Estonia's proposed ICO, which e-Residency managing director Kaspar Korjus laid out in a Medium post, is still in the feedback-gathering stage, Korjus told me over the phone. If there's enough demand, then the government will launch its token, tentatively called "Estcoin." This token would allow Estonia's many e-Residents who don't actually live in the country to invest in the country's future.

If tokens rise in value after an ICO (generally a function of supply-and-demand), then investors make money. Estonia's economy was hit hard by the 2008 financial crisis, when wages and employment fell sharply, and has been on the recovery path ever since.

"To be honest, there's no way we [the government] can accept money," Korjus said over the phone. "We don't have bonds, and even if we did, they're a low investment return. You can invest in our startups, and buy property, but you can't invest in the government. And if we have huge fans that believe Estonia will succeed as a digital, borderless nation, they can now be financially connected to our economy."

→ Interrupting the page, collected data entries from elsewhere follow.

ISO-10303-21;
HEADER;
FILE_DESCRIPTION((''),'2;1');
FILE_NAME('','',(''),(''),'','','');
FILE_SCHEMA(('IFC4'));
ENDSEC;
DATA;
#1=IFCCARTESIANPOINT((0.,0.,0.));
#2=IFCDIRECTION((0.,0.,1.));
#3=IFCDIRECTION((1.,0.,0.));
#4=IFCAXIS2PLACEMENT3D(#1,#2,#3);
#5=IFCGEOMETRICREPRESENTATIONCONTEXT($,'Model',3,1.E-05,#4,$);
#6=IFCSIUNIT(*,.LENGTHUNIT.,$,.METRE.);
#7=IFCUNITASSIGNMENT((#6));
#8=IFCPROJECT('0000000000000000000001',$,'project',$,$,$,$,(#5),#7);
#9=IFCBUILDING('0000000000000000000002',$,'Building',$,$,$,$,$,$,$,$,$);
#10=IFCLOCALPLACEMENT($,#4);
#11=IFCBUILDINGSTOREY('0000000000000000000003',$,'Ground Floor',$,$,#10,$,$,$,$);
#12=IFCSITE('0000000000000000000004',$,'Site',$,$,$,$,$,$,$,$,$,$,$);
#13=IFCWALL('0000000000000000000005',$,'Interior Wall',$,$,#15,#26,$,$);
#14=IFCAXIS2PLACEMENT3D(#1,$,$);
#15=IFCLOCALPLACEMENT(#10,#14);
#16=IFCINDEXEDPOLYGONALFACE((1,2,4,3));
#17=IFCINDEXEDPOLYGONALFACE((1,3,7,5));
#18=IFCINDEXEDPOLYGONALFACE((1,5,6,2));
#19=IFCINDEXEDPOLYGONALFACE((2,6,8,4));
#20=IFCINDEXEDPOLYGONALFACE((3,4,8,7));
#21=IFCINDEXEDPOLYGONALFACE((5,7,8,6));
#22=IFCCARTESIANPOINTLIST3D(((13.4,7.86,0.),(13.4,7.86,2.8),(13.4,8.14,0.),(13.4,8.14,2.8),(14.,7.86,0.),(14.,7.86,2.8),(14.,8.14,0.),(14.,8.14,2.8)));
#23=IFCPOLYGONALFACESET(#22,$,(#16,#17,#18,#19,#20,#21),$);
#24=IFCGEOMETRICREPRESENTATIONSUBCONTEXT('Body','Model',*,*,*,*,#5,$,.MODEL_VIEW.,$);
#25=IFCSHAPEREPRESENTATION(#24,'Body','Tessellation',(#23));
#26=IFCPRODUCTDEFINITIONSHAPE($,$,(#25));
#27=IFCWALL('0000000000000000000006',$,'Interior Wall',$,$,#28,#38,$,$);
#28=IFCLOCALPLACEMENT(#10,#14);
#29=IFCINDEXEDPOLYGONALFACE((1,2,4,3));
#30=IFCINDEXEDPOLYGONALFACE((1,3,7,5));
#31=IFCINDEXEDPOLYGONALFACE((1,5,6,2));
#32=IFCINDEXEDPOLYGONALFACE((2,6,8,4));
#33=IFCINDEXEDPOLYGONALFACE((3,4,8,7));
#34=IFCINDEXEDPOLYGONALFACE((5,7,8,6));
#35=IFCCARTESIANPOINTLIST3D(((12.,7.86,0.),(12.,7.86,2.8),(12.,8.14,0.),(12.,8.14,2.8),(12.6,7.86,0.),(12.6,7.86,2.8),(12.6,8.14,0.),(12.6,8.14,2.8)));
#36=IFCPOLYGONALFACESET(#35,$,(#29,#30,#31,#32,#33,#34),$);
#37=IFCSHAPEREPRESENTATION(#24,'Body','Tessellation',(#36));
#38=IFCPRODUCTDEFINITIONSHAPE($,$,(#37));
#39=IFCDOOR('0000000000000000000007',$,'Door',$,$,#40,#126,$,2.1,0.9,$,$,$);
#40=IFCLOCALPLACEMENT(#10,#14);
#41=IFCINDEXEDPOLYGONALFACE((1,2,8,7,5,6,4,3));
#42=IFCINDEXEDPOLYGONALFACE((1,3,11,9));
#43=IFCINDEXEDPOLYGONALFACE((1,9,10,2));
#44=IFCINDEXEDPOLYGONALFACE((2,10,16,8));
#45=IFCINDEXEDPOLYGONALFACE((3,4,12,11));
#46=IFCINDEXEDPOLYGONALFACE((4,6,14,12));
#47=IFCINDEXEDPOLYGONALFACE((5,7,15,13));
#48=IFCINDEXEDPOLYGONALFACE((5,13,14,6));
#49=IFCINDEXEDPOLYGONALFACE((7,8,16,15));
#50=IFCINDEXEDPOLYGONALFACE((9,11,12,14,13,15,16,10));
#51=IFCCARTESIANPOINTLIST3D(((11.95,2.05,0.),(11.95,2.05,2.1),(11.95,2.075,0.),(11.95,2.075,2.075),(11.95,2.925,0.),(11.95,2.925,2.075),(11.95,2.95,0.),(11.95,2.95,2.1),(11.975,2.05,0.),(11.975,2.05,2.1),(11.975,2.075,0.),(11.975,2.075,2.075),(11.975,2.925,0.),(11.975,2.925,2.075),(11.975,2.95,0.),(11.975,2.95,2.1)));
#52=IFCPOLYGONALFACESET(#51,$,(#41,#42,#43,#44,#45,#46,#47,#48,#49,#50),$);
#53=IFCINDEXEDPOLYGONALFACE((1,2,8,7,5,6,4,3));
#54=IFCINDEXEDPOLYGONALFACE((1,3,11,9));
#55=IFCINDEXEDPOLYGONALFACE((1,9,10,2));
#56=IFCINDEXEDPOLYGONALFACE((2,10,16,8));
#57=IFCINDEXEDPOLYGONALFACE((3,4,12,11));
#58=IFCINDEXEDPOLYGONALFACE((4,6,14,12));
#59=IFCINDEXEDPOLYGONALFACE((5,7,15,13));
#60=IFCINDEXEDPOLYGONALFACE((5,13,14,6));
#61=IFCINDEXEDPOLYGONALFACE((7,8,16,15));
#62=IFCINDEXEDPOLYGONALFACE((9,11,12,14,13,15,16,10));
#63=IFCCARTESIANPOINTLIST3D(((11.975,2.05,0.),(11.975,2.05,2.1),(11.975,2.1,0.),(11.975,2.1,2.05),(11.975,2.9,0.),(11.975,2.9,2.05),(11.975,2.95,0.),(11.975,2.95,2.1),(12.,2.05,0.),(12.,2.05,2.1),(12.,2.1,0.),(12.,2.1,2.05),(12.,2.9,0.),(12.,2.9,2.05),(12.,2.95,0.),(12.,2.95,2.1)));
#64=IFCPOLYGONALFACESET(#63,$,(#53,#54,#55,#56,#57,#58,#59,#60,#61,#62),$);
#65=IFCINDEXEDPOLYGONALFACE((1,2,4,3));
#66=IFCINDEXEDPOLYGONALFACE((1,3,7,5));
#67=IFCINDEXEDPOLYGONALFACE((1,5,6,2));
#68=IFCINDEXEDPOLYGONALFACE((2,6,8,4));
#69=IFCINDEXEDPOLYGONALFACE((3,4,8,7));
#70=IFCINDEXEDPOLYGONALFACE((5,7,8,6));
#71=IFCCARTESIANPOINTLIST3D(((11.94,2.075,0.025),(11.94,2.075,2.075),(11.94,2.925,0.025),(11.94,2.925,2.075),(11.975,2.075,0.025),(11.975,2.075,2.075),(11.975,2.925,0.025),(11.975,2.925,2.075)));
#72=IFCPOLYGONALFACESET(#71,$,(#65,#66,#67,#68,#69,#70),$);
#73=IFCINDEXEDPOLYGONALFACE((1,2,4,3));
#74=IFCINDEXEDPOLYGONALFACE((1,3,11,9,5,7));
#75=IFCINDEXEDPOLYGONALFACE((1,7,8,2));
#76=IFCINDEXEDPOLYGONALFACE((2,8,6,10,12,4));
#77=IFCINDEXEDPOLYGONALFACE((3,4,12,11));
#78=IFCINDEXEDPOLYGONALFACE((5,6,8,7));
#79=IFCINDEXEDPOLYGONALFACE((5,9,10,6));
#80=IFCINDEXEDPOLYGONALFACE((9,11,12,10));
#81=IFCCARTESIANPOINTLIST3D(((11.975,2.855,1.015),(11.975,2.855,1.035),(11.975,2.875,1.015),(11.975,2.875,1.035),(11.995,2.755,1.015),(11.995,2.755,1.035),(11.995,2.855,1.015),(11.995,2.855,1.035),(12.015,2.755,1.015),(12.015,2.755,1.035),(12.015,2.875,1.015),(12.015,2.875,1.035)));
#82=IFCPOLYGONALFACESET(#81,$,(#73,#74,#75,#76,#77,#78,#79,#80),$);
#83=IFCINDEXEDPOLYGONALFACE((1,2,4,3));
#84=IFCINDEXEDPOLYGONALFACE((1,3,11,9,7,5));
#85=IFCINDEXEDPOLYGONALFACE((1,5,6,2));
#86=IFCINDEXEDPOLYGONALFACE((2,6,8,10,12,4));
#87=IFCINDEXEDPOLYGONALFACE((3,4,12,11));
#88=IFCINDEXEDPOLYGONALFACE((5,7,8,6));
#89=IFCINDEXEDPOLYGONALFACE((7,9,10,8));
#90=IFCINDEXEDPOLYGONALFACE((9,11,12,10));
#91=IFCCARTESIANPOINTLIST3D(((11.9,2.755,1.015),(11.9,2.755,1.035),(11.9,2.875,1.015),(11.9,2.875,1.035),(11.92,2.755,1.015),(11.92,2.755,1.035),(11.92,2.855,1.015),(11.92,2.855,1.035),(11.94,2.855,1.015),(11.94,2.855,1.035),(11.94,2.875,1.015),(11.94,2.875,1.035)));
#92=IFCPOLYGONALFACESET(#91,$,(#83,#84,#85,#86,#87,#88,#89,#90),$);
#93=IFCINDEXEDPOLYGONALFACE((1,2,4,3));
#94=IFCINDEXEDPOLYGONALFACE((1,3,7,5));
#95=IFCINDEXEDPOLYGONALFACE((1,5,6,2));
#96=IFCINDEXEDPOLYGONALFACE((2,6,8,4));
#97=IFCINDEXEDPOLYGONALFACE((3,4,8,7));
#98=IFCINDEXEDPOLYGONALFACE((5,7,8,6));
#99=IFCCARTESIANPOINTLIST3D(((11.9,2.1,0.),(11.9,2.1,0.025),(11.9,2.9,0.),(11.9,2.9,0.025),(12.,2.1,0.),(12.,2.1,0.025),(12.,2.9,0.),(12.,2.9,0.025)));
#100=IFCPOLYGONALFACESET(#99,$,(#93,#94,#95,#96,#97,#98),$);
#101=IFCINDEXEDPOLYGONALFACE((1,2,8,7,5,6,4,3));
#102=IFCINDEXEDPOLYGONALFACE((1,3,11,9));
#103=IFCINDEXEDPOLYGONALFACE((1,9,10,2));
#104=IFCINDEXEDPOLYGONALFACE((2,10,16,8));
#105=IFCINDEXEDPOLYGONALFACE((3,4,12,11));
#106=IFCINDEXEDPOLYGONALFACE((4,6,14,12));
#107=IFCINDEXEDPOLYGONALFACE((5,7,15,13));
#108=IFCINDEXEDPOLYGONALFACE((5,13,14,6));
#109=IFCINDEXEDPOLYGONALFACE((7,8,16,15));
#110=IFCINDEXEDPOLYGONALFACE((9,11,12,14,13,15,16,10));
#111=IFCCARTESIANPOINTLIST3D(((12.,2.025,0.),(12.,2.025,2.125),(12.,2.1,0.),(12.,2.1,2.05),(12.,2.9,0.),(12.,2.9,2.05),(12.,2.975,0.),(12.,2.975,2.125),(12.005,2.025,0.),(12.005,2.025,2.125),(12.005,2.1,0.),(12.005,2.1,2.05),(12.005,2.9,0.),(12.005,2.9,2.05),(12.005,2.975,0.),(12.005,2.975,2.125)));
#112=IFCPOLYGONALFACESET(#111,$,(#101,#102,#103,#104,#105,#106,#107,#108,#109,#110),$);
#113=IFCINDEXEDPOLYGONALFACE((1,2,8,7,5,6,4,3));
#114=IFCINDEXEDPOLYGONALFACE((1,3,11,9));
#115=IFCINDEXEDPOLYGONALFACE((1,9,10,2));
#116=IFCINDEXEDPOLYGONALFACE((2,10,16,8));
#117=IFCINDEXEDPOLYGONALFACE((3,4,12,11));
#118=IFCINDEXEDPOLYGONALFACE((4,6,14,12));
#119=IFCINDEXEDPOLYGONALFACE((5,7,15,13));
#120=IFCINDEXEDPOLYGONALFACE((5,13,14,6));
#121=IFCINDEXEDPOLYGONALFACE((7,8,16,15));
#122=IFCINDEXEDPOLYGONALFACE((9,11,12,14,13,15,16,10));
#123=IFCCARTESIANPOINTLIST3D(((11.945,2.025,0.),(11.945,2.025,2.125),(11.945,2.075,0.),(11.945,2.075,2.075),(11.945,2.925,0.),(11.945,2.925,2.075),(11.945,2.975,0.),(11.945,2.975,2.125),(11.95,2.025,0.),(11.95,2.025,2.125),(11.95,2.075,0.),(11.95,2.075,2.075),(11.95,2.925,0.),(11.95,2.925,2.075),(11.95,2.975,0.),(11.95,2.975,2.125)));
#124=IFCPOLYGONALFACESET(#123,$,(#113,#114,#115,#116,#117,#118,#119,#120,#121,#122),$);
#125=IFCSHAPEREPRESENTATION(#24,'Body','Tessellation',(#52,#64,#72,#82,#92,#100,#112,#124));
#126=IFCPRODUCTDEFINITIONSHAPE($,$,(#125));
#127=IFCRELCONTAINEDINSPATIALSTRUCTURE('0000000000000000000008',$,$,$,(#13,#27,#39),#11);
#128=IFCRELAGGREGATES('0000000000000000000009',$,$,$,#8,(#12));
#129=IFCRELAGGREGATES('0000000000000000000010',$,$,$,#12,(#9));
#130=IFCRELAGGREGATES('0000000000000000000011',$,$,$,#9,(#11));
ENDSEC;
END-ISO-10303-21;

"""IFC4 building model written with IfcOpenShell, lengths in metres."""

from ifc_helpers import new_model, si_unit, frame, origin_with_axes, place, context, subcontext, project, spatial, line, indexed_curve, outline, extrude, element, save


model = new_model("IFC4")

# Units and contexts
model_context = context("Model", 3, precision=1e-05, world=origin_with_axes())
body_context = subcontext(model_context, "Body", "Model", "MODEL_VIEW")
ifc_project = project(units=[si_unit("LENGTHUNIT", "METRE")], contexts=[model_context])

# Site, building, storey
site = spatial("IfcSite", under=ifc_project, Name="Site")
building = spatial("IfcBuilding", under=site, Name="Building")
storey_placement = place(None, origin_with_axes())
storey = spatial("IfcBuildingStorey", under=building, at=storey_placement, Name="Ground Floor")

# Walls
for number, where, z_axis, x_axis, name in (
    (1, (14.0, 8.0, 0.0), (0.0, 0.0, 1.0), (-1.0, 0.0, 0.0), "Interior Wall"),
    (2, (12.6, 8.0, 0.0), (0.0, 0.0, 1.0), (-1.0, 0.0, 0.0), "Interior Wall"),
):
    element("IfcWall", number, at=place(storey_placement, frame(where, z_axis=z_axis, x_axis=x_axis)), inside=storey, Name=name, context=body_context, shape_type="SweptSolid", body=[
        extrude(outline(indexed_curve([(0.0, 0.0), (0.0, 0.28), (0.6, 0.28), (0.6, 0.0), (0.0, 0.0)], self_intersect=False)), frame((0.0, -0.14, 0.0), z_axis=(0.0, 0.0, 1.0), x_axis=(1.0, 0.0, 0.0)), (0.0, 0.0, 1.0), 2.8),
    ])

# Door
door_1_placement = place(storey_placement, frame((12.0, 2.05, 0.0), z_axis=(0.0, 0.0, 1.0), x_axis=(0.0, 1.0, 0.0)))
element("IfcDoor", 3, at=door_1_placement, inside=storey, Name="Door", OverallHeight=2.1, OverallWidth=0.9, context=body_context, shape_type="SweptSolid", body=[
    extrude(outline(indexed_curve([(0.0, 0.0), (0.0, 2.1), (0.9, 2.1), (0.9, 0.0), (0.875, 0.0), (0.875, 2.075), (0.025, 2.075), (0.025, 0.0)], segments=[line(1, 2, 3, 4, 5, 6, 7, 8, 1)])), frame((0.0, 0.025, 0.0), z_axis=(0.0, -1.0, 0.0), x_axis=(1.0, 0.0, 0.0)), (0.0, 0.0, -1.0), 0.025),
    extrude(outline(indexed_curve([(0.0, 0.0), (0.0, 2.1), (0.9, 2.1), (0.9, 0.0), (0.85, 0.0), (0.85, 2.05), (0.05, 2.05), (0.05, 0.0)], segments=[line(1, 2, 3, 4, 5, 6, 7, 8, 1)])), frame((0.0, 0.0, 0.0), z_axis=(0.0, -1.0, 0.0), x_axis=(1.0, 0.0, 0.0)), (0.0, 0.0, -1.0), 0.025),
    extrude(outline(indexed_curve([(0.0, 0.0), (0.85, 0.0), (0.85, 0.035), (0.0, 0.035)], segments=[line(1, 2, 3, 4, 1)])), frame((0.025, 0.025, 0.025), z_axis=(0.0, 0.0, 1.0), x_axis=(1.0, 0.0, 0.0)), (0.0, 0.0, 1.0), 2.05),
    extrude(outline(indexed_curve([(0.0, 0.0), (0.0, -0.04), (-0.12, -0.04), (-0.12, -0.02), (-0.02, -0.02), (-0.02, 0.0)], segments=[line(1, 2, 3, 4, 5, 6, 1)])), frame((0.825, 0.025, 1.015), z_axis=(0.0, 0.0, 1.0), x_axis=(1.0, 0.0, 0.0)), (0.0, 0.0, 1.0), 0.02),
    extrude(outline(indexed_curve([(0.0, 0.0), (0.0, 0.04), (-0.12, 0.04), (-0.12, 0.02), (-0.02, 0.02), (-0.02, 0.0)], segments=[line(1, 2, 3, 4, 5, 6, 1)])), frame((0.825, 0.06, 1.015), z_axis=(0.0, 0.0, 1.0), x_axis=(1.0, 0.0, 0.0)), (0.0, 0.0, 1.0), 0.02),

Estonia hasn't settled on a platform on which to launch Estcoin, although the government has been in high-level talks with ethereum inventor Vitalik Buterin, according to Korjus.

The tokens could be used to pay for government services or even taxes. However, Estcoin is meant to be an investment first, Korjus said, and "we can't see what the future applications will be," he added. This is likely to rile up critics who believe that ICOs functioning purely as a way to raise funds, and the tokens themselves as little more than penny stocks, is antithetical to their promise as a new way to organize decentralized organizations.

Launching an ICO would mean restructuring and clarifying Estonia's laws around cryptocurrencies, Korjus said, which the US has only just begun to do in the form of Securities and Exchange Commission rulings. Doing so would presumably allow companies to launch ICOs in Estonia with no legal gray areas.

As for what Estonia plans to do with the money raised during its potential ICO, Korjus simply said that he couldn't comment. Invest wisely.